- **Dataset entries**:
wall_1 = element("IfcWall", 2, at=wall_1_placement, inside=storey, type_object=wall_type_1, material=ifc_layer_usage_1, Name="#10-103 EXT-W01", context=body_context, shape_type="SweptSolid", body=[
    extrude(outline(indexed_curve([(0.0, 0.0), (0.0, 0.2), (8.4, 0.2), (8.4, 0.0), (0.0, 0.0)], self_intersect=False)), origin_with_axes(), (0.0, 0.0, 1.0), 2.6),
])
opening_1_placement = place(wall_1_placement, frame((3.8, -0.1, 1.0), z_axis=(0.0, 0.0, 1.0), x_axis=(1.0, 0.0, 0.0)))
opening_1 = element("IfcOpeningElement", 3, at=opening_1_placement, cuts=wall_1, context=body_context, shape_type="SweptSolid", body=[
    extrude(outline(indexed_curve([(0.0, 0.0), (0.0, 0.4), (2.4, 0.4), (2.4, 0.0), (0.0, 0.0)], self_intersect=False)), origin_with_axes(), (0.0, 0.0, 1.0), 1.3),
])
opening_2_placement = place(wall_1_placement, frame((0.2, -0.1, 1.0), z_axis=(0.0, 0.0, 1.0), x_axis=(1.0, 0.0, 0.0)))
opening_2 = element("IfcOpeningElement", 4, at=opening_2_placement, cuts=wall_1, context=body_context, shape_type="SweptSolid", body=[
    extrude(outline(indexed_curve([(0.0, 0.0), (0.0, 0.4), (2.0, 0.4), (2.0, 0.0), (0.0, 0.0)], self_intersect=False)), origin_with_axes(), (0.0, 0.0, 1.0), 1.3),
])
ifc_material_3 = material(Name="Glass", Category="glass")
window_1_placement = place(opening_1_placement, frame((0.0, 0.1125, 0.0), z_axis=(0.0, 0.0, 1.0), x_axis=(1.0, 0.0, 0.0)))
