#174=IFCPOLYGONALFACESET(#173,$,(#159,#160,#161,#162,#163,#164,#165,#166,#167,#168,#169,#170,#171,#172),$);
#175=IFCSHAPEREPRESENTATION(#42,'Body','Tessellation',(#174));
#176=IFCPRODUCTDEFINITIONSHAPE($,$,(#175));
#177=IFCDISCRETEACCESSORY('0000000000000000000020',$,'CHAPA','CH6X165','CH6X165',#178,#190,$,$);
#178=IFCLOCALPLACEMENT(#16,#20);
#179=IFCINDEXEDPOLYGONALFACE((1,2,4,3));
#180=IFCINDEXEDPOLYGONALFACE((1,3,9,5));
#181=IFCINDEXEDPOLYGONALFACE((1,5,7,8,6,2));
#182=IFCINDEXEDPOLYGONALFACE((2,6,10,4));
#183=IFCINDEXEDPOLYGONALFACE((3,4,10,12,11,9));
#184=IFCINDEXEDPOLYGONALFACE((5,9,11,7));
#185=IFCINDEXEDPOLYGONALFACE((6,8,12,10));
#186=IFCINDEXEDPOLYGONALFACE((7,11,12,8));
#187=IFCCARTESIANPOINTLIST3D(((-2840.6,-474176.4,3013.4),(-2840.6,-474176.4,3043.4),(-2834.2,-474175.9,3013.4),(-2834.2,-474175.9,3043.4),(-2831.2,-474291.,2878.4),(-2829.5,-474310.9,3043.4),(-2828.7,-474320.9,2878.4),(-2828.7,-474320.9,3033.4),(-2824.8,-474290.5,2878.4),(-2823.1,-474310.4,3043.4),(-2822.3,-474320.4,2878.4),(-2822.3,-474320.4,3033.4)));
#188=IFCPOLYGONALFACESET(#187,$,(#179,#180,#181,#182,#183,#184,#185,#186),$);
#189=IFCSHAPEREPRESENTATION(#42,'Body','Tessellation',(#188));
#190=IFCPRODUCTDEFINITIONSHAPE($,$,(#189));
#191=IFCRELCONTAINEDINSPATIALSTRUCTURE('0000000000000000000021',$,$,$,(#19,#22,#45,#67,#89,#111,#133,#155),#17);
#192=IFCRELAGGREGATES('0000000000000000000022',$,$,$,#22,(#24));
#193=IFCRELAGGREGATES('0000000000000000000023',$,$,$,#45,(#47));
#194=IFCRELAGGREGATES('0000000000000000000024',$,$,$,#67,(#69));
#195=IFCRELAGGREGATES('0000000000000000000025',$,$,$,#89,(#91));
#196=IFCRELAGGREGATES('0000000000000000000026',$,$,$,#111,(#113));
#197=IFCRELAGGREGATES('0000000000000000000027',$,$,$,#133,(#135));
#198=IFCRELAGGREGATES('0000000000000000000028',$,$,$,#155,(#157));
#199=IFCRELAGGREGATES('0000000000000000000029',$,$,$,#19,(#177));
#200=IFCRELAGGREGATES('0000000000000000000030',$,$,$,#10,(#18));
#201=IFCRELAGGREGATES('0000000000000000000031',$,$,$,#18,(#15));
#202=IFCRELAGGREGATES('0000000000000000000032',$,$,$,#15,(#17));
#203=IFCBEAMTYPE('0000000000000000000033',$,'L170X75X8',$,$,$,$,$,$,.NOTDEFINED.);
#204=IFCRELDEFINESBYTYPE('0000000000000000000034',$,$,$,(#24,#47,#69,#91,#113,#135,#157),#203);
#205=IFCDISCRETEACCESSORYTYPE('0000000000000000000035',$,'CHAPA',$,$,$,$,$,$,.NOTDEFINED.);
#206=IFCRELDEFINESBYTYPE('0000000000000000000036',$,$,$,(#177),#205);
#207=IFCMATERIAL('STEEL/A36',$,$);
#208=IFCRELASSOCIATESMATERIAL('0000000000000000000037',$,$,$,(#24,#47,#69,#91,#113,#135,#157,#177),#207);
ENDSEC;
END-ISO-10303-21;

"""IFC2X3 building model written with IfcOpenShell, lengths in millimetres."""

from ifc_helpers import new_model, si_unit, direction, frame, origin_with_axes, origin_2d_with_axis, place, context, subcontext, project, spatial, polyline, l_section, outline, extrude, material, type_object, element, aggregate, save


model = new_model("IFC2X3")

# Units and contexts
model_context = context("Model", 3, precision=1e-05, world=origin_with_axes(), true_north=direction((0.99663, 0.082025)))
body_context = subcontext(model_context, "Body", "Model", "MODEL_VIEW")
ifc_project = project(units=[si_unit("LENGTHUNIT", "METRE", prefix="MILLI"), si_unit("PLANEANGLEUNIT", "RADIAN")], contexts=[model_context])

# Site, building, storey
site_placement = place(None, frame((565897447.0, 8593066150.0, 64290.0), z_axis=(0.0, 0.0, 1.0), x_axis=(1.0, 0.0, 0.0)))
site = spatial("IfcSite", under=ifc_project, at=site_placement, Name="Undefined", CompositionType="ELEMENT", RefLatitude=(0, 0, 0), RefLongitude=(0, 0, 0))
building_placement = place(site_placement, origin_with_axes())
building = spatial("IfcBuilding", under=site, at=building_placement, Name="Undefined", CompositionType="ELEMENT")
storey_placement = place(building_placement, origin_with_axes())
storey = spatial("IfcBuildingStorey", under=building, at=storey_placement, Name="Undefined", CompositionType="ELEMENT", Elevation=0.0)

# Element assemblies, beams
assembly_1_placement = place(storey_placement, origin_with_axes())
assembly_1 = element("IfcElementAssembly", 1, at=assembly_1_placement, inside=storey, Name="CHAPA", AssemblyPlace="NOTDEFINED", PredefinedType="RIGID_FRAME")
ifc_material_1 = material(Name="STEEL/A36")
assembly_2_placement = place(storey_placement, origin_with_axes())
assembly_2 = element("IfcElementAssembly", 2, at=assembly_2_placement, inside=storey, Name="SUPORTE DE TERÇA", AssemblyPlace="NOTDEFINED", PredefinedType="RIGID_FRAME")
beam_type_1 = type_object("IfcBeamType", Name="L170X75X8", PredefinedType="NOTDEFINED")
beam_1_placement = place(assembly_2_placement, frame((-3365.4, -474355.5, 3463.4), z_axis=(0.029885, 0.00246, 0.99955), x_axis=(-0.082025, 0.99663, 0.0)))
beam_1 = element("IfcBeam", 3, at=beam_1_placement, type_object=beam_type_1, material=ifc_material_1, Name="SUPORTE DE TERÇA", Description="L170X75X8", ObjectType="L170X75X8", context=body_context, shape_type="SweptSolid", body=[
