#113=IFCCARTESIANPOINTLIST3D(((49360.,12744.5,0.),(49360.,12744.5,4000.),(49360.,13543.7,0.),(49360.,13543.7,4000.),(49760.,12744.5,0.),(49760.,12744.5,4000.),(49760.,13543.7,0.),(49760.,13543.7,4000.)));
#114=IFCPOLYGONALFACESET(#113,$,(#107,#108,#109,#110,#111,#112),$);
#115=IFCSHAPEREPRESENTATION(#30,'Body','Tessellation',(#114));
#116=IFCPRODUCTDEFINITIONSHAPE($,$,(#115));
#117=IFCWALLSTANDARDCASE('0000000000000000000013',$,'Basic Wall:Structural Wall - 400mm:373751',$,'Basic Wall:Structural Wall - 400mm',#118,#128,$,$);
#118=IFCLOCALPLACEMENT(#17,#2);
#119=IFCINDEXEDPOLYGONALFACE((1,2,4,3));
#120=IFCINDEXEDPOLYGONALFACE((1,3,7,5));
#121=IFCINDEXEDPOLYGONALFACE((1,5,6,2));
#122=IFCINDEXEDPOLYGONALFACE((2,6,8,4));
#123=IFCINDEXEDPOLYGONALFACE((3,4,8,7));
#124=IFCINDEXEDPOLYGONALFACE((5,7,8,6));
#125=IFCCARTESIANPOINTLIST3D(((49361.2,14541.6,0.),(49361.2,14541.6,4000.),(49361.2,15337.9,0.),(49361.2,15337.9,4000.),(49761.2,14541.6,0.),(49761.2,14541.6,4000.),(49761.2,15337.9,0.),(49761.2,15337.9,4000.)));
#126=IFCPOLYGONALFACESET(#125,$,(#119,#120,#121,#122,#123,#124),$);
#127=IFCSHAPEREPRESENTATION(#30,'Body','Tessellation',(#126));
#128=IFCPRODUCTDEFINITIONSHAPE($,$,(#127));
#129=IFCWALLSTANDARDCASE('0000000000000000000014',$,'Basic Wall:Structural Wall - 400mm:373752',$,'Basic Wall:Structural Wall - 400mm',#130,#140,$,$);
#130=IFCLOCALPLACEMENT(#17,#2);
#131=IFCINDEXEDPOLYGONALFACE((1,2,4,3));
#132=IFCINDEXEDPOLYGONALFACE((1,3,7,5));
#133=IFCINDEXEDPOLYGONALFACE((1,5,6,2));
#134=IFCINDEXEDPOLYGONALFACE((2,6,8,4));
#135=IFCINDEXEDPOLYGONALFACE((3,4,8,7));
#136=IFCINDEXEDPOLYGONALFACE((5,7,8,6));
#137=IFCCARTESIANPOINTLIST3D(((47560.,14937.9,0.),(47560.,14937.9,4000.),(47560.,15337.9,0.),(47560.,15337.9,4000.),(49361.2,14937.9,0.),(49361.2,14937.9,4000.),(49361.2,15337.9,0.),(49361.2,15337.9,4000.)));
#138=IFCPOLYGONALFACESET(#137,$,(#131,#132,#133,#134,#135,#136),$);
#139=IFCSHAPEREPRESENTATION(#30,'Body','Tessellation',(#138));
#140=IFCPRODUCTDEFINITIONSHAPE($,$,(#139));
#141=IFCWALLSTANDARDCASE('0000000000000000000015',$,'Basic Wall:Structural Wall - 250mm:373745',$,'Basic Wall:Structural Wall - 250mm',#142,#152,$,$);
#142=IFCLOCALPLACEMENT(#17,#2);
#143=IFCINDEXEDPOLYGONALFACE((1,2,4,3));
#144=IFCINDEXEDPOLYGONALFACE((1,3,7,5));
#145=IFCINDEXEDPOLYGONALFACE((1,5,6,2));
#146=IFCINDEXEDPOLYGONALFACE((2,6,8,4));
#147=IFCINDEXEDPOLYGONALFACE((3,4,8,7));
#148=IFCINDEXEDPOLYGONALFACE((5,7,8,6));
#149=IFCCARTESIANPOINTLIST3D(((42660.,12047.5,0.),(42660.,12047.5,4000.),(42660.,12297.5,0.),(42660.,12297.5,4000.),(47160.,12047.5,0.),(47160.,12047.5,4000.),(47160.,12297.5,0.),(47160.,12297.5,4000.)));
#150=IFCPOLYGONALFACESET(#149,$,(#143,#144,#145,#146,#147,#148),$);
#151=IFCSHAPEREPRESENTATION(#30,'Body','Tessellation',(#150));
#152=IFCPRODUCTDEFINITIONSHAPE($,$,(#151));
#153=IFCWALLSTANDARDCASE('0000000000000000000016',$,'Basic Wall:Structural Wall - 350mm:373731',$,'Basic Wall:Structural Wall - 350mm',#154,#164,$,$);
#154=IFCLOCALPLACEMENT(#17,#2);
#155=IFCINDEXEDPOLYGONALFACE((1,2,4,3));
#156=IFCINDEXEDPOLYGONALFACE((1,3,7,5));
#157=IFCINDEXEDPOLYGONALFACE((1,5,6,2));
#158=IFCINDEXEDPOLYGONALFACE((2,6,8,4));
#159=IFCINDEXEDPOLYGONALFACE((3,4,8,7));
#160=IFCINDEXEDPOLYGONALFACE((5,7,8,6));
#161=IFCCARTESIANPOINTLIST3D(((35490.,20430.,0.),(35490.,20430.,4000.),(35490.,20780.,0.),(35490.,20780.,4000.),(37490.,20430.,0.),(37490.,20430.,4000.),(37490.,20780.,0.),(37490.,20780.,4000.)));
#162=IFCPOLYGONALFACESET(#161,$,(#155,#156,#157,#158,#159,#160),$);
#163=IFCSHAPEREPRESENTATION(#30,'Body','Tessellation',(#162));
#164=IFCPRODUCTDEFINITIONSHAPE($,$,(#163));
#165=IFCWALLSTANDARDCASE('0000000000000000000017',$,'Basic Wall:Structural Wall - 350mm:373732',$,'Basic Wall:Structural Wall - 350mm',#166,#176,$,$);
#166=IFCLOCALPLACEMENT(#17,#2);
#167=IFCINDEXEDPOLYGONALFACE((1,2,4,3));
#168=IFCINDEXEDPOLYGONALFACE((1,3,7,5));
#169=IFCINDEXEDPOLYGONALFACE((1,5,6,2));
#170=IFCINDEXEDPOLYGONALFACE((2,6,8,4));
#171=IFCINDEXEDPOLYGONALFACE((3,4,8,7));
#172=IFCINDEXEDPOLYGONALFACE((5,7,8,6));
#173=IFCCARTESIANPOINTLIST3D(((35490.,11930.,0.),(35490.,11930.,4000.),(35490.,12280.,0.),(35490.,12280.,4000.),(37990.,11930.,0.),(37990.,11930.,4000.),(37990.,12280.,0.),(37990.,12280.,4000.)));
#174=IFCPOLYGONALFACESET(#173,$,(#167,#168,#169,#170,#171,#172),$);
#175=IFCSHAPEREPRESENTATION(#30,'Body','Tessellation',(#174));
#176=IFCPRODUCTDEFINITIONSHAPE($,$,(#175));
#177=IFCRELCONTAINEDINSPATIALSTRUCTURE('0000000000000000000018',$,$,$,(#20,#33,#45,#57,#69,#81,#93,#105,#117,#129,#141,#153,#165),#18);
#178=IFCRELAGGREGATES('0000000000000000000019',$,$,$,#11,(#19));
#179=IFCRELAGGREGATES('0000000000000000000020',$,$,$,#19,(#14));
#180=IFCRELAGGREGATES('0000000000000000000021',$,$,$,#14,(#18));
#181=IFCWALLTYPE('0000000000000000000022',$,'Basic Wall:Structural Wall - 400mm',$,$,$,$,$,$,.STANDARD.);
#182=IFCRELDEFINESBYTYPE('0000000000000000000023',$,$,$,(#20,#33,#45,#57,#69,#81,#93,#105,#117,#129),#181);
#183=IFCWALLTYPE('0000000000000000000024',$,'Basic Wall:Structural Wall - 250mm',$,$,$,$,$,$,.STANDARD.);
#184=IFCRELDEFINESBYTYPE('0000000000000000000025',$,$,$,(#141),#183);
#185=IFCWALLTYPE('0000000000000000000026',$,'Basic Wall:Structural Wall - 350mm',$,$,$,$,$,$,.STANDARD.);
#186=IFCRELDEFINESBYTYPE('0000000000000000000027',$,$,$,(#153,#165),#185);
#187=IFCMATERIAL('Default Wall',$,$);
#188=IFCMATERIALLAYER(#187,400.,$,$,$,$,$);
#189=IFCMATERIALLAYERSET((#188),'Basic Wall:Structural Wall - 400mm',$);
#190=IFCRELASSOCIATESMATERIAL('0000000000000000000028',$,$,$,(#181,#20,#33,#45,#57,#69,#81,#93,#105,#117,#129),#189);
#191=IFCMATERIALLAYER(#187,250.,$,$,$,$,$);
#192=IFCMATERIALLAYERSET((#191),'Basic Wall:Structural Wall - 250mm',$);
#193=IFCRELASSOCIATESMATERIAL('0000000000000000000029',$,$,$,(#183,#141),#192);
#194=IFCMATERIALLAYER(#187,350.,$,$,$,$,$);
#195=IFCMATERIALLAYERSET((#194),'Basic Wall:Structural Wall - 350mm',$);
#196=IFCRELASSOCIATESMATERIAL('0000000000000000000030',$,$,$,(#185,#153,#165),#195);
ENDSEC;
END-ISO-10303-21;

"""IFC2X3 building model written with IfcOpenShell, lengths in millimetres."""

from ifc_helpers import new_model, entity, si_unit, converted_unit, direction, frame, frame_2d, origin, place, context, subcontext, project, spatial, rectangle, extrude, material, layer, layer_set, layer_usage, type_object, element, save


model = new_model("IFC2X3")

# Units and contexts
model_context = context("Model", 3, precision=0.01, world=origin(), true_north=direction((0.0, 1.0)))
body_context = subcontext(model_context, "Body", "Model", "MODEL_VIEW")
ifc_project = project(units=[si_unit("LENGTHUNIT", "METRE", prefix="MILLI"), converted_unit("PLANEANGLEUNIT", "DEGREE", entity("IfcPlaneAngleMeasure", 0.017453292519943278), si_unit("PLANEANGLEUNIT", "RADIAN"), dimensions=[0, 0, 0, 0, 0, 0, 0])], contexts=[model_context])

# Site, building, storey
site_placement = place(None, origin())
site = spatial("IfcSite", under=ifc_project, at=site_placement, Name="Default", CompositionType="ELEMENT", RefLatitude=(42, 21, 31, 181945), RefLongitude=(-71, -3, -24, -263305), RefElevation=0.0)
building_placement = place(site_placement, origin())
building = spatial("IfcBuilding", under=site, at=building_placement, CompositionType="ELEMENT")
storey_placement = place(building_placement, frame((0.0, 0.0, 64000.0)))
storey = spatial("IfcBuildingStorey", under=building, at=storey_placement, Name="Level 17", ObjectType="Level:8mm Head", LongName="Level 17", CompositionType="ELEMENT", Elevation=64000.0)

- **Exercise description**: The response should hold exactly the lines starting at the line with "#140=IFCPRODUCTDEFINITIONSHAPE($,$,(#139));" and ending at the line with "#144=IFCINDEXEDPOLYGONALFACE((1,3,7,5));", and no other line of the material above.

- **Response box**:
#140=IFCPRODUCTDEFINITIONSHAPE($,$,(#139));
#141=IFCWALLSTANDARDCASE('0000000000000000000015',$,'Basic Wall:Structural Wall - 250mm:373745',$,'Basic Wall:Structural Wall - 250mm',#142,#152,$,$);
#142=IFCLOCALPLACEMENT(#17,#2);
#143=IFCINDEXEDPOLYGONALFACE((1,2,4,3));
#144=IFCINDEXEDPOLYGONALFACE((1,3,7,5));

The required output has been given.